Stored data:
=== Section Start ===

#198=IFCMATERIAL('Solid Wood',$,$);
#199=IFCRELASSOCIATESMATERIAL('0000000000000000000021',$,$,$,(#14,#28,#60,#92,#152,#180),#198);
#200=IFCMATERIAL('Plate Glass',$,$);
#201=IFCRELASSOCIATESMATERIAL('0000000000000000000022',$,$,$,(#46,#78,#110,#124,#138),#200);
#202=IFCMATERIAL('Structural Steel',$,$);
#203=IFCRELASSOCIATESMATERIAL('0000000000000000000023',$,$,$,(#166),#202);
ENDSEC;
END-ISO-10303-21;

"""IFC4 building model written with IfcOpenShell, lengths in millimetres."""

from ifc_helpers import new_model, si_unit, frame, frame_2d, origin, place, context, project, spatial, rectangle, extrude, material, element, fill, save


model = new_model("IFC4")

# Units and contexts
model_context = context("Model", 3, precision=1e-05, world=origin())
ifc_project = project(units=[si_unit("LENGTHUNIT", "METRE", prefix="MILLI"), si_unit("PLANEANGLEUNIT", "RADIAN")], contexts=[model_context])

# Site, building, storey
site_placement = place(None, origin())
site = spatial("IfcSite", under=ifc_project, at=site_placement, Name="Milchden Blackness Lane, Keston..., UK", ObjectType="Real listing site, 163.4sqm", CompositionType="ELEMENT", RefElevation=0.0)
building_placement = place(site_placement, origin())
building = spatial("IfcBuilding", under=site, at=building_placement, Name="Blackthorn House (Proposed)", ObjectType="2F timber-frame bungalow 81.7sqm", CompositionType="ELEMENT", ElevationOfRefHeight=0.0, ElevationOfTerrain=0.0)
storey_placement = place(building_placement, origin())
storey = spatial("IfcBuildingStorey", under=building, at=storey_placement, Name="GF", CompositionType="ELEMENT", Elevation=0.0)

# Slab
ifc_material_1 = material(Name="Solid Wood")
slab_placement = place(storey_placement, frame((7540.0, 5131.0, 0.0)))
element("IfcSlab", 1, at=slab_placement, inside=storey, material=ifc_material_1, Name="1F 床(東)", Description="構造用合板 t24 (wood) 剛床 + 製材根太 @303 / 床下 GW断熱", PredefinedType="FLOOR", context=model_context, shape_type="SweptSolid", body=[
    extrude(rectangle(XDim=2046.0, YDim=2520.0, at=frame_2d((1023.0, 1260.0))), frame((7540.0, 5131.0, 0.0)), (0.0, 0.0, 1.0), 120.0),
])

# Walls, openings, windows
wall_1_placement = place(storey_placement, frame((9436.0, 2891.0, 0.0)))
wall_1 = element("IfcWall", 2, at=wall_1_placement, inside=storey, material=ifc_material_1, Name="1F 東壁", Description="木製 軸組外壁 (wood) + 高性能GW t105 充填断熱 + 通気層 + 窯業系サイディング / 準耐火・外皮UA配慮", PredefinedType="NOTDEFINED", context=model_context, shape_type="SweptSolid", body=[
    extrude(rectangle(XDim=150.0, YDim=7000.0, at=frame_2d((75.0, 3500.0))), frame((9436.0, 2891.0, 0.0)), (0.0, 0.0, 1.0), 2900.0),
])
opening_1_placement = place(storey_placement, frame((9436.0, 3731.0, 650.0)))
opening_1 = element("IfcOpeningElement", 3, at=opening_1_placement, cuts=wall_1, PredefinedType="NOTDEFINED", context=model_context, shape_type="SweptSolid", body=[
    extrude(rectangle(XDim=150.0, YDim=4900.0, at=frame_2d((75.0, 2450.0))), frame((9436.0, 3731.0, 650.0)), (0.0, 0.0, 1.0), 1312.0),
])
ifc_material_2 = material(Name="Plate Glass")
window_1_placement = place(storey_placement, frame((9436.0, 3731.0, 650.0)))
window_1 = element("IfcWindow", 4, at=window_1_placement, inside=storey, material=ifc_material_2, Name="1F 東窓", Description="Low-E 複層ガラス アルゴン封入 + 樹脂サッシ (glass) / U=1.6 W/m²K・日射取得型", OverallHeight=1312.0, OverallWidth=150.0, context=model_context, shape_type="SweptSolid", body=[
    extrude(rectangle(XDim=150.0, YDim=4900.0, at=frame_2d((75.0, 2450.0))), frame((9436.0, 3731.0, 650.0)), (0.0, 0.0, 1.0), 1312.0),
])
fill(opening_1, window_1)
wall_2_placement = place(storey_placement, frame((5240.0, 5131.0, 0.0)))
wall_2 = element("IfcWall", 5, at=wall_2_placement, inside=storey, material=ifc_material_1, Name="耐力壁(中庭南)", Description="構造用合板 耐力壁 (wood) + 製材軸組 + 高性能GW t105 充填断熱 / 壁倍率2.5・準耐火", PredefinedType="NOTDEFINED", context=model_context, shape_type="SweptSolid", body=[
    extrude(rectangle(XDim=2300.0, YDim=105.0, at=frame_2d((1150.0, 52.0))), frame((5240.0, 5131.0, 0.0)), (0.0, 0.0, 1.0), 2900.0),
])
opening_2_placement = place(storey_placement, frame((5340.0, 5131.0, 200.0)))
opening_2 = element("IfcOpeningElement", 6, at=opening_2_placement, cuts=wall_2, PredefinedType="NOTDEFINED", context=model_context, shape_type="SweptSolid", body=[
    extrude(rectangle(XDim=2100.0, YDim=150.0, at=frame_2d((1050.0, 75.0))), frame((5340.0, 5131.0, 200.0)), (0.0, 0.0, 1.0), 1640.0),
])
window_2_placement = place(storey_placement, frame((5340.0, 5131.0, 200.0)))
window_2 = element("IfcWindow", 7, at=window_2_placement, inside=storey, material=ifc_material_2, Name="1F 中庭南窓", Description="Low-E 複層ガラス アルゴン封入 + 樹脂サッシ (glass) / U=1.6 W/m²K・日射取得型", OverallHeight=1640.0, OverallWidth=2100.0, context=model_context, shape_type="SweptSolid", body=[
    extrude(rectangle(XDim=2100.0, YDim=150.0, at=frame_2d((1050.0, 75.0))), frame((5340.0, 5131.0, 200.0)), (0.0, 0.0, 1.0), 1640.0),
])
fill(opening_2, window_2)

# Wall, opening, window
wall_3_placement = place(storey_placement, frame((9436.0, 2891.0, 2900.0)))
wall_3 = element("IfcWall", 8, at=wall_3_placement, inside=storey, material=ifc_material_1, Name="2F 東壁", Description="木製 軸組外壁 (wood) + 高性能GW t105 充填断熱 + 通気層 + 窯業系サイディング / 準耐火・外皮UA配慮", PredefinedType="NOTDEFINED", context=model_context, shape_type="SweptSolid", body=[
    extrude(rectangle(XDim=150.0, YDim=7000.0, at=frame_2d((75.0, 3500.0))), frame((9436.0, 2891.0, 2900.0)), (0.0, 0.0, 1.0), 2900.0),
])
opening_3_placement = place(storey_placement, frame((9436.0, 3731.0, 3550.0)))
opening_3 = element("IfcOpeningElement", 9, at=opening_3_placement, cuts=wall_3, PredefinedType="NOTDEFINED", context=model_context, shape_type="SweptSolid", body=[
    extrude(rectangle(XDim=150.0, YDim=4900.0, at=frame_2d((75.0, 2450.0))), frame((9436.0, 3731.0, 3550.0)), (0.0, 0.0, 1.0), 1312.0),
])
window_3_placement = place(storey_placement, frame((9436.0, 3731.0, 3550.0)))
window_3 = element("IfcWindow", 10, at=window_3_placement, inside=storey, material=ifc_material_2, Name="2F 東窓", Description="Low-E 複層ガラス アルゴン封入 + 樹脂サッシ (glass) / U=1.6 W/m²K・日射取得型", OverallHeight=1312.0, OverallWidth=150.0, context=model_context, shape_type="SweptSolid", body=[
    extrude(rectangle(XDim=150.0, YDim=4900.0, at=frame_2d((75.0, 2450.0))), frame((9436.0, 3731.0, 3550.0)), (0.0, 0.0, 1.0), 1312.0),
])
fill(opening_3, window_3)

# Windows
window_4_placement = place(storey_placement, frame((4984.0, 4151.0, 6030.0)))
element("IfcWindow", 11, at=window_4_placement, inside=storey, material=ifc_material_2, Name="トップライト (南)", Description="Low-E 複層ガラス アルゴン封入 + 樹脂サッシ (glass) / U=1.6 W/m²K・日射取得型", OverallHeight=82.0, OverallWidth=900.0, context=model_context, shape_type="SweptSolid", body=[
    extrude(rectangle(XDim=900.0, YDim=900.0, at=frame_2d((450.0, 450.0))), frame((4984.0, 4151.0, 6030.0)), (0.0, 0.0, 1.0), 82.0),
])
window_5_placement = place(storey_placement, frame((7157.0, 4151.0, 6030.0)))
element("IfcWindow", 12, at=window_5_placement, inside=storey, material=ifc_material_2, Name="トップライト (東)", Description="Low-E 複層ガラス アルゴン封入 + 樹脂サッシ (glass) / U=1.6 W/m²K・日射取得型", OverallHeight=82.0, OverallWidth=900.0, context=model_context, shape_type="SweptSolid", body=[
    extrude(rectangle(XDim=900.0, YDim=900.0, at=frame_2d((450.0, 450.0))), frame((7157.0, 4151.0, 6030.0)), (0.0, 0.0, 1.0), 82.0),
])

=== Section End ===
=== Section Start ===

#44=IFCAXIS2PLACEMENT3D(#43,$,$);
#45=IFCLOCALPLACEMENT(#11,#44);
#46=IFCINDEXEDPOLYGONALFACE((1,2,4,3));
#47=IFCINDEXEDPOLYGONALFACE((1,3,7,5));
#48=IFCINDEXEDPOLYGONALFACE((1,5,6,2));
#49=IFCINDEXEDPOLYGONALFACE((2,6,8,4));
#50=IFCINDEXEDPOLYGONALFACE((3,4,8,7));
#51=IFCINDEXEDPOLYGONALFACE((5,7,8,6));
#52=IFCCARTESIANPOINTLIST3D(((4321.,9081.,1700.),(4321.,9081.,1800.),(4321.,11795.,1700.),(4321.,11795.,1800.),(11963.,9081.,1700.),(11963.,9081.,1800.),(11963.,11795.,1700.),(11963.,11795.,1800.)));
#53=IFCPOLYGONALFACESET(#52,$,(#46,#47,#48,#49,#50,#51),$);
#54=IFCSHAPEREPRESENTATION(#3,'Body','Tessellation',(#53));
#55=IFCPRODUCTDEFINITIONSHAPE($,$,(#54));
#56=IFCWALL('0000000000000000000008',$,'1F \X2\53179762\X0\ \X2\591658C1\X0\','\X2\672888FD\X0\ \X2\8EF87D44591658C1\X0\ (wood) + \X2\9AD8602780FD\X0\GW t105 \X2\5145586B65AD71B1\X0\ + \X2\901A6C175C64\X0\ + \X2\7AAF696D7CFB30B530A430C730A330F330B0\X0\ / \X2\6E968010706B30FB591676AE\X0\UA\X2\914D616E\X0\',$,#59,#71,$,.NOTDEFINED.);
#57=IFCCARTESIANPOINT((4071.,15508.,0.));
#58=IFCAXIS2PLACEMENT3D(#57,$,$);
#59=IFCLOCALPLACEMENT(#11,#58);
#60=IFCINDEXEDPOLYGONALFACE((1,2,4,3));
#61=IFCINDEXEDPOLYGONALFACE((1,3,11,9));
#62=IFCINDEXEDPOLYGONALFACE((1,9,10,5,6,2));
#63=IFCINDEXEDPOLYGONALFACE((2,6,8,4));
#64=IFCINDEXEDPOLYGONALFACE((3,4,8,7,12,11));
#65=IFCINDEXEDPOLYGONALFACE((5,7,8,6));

=== Section End ===
=== Section Start ===

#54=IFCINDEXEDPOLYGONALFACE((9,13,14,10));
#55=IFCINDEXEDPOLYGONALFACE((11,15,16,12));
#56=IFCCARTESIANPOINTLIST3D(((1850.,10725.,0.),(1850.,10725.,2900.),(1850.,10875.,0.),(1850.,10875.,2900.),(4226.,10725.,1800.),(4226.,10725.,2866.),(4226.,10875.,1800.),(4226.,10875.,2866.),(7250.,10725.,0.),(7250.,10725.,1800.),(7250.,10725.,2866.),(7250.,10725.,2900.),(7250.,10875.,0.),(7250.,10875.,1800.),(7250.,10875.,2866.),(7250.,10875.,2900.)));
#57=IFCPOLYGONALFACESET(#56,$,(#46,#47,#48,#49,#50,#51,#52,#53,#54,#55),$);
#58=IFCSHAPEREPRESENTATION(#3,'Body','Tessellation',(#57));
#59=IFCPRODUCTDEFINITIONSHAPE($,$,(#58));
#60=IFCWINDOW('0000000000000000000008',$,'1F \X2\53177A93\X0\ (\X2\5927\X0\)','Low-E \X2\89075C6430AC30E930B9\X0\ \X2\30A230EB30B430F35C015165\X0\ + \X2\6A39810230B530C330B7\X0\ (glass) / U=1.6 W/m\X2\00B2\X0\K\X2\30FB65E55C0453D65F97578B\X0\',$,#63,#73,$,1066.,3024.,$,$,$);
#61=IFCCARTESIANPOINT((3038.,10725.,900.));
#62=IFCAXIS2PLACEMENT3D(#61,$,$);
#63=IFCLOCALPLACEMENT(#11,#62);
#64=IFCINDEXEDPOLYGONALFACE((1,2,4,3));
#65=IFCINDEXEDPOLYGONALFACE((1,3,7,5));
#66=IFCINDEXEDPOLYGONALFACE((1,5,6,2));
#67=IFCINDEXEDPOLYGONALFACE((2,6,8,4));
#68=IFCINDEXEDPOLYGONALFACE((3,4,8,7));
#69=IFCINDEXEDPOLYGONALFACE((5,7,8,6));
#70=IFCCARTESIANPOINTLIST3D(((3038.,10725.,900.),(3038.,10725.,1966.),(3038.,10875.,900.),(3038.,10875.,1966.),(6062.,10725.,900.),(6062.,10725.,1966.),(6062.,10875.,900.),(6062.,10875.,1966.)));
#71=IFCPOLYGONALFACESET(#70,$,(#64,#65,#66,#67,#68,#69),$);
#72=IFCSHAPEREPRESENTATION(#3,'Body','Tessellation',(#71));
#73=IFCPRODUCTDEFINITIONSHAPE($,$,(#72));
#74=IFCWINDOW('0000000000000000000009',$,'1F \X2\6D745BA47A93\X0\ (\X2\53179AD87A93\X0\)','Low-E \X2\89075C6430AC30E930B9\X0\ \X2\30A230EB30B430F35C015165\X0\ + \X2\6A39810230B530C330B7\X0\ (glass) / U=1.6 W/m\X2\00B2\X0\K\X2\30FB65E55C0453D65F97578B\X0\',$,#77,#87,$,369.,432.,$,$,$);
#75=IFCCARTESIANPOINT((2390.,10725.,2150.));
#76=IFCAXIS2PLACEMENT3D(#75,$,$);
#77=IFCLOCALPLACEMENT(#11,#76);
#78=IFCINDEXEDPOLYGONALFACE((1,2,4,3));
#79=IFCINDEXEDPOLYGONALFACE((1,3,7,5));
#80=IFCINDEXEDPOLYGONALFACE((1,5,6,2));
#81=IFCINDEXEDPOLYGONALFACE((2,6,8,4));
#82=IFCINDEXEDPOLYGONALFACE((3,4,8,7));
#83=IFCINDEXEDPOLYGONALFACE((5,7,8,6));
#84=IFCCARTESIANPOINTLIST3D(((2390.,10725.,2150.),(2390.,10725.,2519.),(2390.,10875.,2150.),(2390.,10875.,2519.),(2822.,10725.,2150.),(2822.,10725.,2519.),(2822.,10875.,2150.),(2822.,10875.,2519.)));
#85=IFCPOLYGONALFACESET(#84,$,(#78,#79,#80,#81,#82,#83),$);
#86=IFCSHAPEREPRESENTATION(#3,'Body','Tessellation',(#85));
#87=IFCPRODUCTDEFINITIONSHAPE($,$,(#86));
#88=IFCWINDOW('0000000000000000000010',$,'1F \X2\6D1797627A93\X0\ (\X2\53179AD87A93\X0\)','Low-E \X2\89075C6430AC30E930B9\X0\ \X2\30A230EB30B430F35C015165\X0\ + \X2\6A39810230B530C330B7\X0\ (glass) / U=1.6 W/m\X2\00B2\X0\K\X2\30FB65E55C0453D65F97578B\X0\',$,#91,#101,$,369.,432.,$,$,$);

=== Section End ===

What you are asked to do ▸
If a line in the records holds the string "充填断熱", copy it.

Output for this task ▸
wall_1 = element("IfcWall", 2, at=wall_1_placement, inside=storey, material=ifc_material_1, Name="1F 東壁", Description="木製 軸組外壁 (wood) + 高性能GW t105 充填断熱 + 通気層 + 窯業系サイディング / 準耐火・外皮UA配慮", PredefinedType="NOTDEFINED", context=model_context, shape_type="SweptSolid", body=[
wall_2 = element("IfcWall", 5, at=wall_2_placement, inside=storey, material=ifc_material_1, Name="耐力壁(中庭南)", Description="構造用合板 耐力壁 (wood) + 製材軸組 + 高性能GW t105 充填断熱 / 壁倍率2.5・準耐火", PredefinedType="NOTDEFINED", context=model_context, shape_type="SweptSolid", body=[
wall_3 = element("IfcWall", 8, at=wall_3_placement, inside=storey, material=ifc_material_1, Name="2F 東壁", Description="木製 軸組外壁 (wood) + 高性能GW t105 充填断熱 + 通気層 + 窯業系サイディング / 準耐火・外皮UA配慮", PredefinedType="NOTDEFINED", context=model_context, shape_type="SweptSolid", body=[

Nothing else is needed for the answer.